|5/18/2013 6:00:00 AM|
AFSCME gives final OK to contract with state
|By The Associated Press and NewsTribune staff|
SPRINGFIELD, Ill. (AP) — Illinois’ largest union has given the final go ahead on a three-year contract with the state.
The American Federation of State, County and Municipal Employees Council 31 announced Friday that a second ratification is complete.
Having a contract in place should be a plus for the General Assembly as legislators face enormous problems to solve for Illinois, according to state Sen. Sue Rezin (R-Morris), whose district includes La Salle County.
“It’s always good to have a contract in place for all parties,” she said, explaining that still being in the middle of negotiations complicated some attempts to pass legislation. The contract will provide employees and legislators alike with some more certainties, she said.

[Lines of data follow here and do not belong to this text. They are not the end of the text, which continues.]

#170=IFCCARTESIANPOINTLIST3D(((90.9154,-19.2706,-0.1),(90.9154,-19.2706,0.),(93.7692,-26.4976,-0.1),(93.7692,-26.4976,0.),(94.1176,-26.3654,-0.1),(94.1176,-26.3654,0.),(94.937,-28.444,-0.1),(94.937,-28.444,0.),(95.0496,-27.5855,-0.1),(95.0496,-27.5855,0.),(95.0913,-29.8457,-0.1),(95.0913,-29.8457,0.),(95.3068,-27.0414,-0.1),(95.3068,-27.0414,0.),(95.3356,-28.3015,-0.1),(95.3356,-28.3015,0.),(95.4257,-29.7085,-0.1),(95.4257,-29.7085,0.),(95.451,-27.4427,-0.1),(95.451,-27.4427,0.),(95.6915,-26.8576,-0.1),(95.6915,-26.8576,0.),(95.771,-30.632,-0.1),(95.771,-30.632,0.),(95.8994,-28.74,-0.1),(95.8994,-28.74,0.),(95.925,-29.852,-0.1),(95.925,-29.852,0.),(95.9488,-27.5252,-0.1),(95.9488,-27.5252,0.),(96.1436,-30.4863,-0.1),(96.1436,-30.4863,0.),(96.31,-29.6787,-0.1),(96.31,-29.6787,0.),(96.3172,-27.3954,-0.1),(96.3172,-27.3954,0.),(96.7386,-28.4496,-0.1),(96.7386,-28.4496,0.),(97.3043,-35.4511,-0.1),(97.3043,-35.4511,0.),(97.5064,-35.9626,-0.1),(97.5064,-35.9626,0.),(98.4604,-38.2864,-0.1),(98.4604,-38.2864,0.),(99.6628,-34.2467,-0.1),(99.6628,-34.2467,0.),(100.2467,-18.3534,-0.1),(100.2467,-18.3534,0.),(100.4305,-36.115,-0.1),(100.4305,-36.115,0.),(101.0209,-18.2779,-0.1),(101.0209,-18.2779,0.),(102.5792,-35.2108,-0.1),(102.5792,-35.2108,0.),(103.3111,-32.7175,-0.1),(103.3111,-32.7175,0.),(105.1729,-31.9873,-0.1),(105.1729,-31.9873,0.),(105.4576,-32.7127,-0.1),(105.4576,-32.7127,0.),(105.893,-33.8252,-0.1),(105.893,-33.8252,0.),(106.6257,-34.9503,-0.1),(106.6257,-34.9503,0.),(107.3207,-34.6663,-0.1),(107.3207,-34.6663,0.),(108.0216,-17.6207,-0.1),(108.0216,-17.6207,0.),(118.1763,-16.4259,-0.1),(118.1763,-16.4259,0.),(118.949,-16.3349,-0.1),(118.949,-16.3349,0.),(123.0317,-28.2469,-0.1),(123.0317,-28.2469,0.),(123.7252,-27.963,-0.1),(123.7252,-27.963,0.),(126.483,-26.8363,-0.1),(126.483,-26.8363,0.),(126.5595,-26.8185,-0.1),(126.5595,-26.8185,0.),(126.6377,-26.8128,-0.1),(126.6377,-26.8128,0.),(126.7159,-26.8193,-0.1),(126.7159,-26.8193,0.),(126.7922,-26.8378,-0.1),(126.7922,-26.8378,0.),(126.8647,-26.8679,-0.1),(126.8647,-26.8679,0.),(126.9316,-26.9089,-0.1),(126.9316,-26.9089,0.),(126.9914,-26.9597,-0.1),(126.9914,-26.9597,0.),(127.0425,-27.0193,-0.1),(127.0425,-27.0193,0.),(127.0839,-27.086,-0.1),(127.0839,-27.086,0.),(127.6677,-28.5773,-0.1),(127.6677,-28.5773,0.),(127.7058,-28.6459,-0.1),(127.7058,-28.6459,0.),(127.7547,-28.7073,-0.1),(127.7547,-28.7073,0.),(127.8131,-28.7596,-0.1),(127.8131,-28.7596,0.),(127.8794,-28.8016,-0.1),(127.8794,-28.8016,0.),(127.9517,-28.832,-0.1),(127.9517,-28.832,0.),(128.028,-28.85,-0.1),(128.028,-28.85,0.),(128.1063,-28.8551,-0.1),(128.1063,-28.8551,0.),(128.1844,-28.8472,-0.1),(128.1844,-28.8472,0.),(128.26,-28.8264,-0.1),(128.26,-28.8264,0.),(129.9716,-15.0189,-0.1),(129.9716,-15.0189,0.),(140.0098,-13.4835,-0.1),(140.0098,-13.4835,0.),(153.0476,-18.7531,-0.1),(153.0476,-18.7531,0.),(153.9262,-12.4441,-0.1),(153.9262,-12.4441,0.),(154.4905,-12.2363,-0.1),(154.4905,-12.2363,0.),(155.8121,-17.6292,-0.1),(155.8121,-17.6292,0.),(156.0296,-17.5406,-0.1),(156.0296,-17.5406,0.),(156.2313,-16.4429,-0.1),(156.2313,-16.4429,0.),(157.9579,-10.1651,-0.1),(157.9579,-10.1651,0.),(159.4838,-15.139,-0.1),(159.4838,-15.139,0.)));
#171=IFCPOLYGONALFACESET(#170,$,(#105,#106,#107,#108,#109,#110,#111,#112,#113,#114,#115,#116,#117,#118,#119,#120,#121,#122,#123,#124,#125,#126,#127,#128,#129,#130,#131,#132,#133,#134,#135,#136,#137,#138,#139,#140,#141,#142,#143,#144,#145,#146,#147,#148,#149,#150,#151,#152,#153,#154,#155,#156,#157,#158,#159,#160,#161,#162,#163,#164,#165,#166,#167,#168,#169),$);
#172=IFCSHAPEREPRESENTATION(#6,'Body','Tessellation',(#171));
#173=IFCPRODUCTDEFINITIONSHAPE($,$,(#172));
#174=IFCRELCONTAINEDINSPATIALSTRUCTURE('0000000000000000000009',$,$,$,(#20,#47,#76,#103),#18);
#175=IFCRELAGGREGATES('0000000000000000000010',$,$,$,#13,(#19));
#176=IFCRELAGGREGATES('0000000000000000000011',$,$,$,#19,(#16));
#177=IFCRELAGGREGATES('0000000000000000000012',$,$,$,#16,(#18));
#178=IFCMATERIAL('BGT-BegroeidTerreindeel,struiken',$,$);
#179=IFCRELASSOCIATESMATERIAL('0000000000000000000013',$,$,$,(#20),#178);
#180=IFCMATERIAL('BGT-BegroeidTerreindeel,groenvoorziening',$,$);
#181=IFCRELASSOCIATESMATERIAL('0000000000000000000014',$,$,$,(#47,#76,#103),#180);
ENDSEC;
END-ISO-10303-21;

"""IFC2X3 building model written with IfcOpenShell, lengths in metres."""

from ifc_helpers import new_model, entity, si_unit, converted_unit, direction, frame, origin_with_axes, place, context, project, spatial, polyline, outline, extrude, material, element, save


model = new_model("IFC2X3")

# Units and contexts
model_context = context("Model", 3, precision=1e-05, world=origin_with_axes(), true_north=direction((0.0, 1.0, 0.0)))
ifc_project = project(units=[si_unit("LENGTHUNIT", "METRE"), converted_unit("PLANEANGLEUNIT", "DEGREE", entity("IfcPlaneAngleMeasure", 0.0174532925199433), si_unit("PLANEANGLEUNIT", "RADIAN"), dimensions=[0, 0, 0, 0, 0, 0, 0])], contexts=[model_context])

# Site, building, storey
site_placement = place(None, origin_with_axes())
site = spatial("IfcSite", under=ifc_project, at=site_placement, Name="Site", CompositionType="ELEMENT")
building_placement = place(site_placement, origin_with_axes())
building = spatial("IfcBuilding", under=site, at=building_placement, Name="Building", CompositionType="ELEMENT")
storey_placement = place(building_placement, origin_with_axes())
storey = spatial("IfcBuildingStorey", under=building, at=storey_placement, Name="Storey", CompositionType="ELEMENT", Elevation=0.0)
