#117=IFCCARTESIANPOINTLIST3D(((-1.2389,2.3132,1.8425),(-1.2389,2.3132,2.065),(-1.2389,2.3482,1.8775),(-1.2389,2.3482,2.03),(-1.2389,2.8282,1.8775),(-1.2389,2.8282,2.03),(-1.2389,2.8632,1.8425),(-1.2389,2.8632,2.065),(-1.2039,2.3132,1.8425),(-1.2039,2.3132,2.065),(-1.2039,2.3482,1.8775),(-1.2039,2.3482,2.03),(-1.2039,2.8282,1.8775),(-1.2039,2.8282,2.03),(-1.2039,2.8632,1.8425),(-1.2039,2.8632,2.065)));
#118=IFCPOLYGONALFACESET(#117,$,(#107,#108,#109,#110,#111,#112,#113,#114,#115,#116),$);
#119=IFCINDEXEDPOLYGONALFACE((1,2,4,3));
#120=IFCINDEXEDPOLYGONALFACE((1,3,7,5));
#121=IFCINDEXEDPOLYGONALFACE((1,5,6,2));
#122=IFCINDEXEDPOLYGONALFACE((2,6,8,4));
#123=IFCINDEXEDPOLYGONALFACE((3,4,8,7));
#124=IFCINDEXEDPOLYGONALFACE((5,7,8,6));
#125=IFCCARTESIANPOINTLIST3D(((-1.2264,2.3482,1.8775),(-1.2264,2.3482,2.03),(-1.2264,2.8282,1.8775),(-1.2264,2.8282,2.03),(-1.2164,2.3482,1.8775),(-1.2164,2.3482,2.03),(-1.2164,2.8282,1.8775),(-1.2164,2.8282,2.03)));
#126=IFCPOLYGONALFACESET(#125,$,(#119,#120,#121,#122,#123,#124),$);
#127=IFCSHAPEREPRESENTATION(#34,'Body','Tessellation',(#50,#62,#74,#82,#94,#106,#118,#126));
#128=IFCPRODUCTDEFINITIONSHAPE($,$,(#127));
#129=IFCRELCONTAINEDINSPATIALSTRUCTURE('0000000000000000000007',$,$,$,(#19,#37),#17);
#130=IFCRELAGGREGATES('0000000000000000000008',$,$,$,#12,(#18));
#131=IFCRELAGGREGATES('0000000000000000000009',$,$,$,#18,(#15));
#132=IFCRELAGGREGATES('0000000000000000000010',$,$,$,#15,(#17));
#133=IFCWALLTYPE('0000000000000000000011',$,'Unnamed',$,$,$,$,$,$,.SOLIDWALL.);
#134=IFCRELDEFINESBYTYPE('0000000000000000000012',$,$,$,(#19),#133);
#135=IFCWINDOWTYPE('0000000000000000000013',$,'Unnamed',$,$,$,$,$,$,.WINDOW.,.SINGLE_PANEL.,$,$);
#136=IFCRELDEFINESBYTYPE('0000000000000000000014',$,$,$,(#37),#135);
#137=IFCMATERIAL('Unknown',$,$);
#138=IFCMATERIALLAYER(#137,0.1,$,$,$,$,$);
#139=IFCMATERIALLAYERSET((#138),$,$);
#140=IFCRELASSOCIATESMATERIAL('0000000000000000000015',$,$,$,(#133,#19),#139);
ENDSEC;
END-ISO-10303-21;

Don Petre — chief steward for AFSCME Local 2794, including about 800 members in the Illinois Valley — said certainly this was “not the best time to be negotiating a contract.”
Petre said AFSCME members realize the difficult financial condition the state is in, though it seems strange that the state gives money to entities such as the Mercantile Exchange at the same time the state is taking money out of the pockets of workers.
“I think under the current conditions, the contract that was negotiated by the negotiating team was probably a fair contract,” Petre said.
The approved agreement will result in $900 million in healthcare savings over the life of the contract, according to the governor’s office. The contract implements a new law requiring retirees to begin paying a modest portion of their health insurance premiums starting July 1. In addition, it includes modest cost-of-living-adjustments at a rate of 0 percent, 2 percent and 2 percent. The contract calls for new hires to start three steps lower, which amounts to about 9 percent less starting salary, which will save taxpayers money for years to come, the governor’s office stated.
State Rep. Frank Mautino (D-Spring Valley) said without a contract in place, big agencies such as the Department of Corrections or human services would have had to make budget cuts before knowing exactly what salaries would be, or would have to make mid-year cuts after a contract settlement.
“Now at least we know what numbers we’re working with,” Mautino said, adding that human services is preparing now to make $700 million in cuts, “and it’s going to be painful.”
The governor’s office noted: “As part of the agreement, the union and the administration are seeking approximately $140 million in fiscal years 2012 and 2013 wages from the previous contract that remain an obligation of the state. The legislation is House Bill 212, House Amendment 2. The vote for final ratification comes after an agreement was unable to be implemented regarding pay raise litigation that has been tied up in court.”
The Associated Press reported: “(Attorney General Lisa) Madigan says she won’t drop the lawsuit until the money is approved,”
— NewsTribune news editor Craig Sterrett contributed to this report.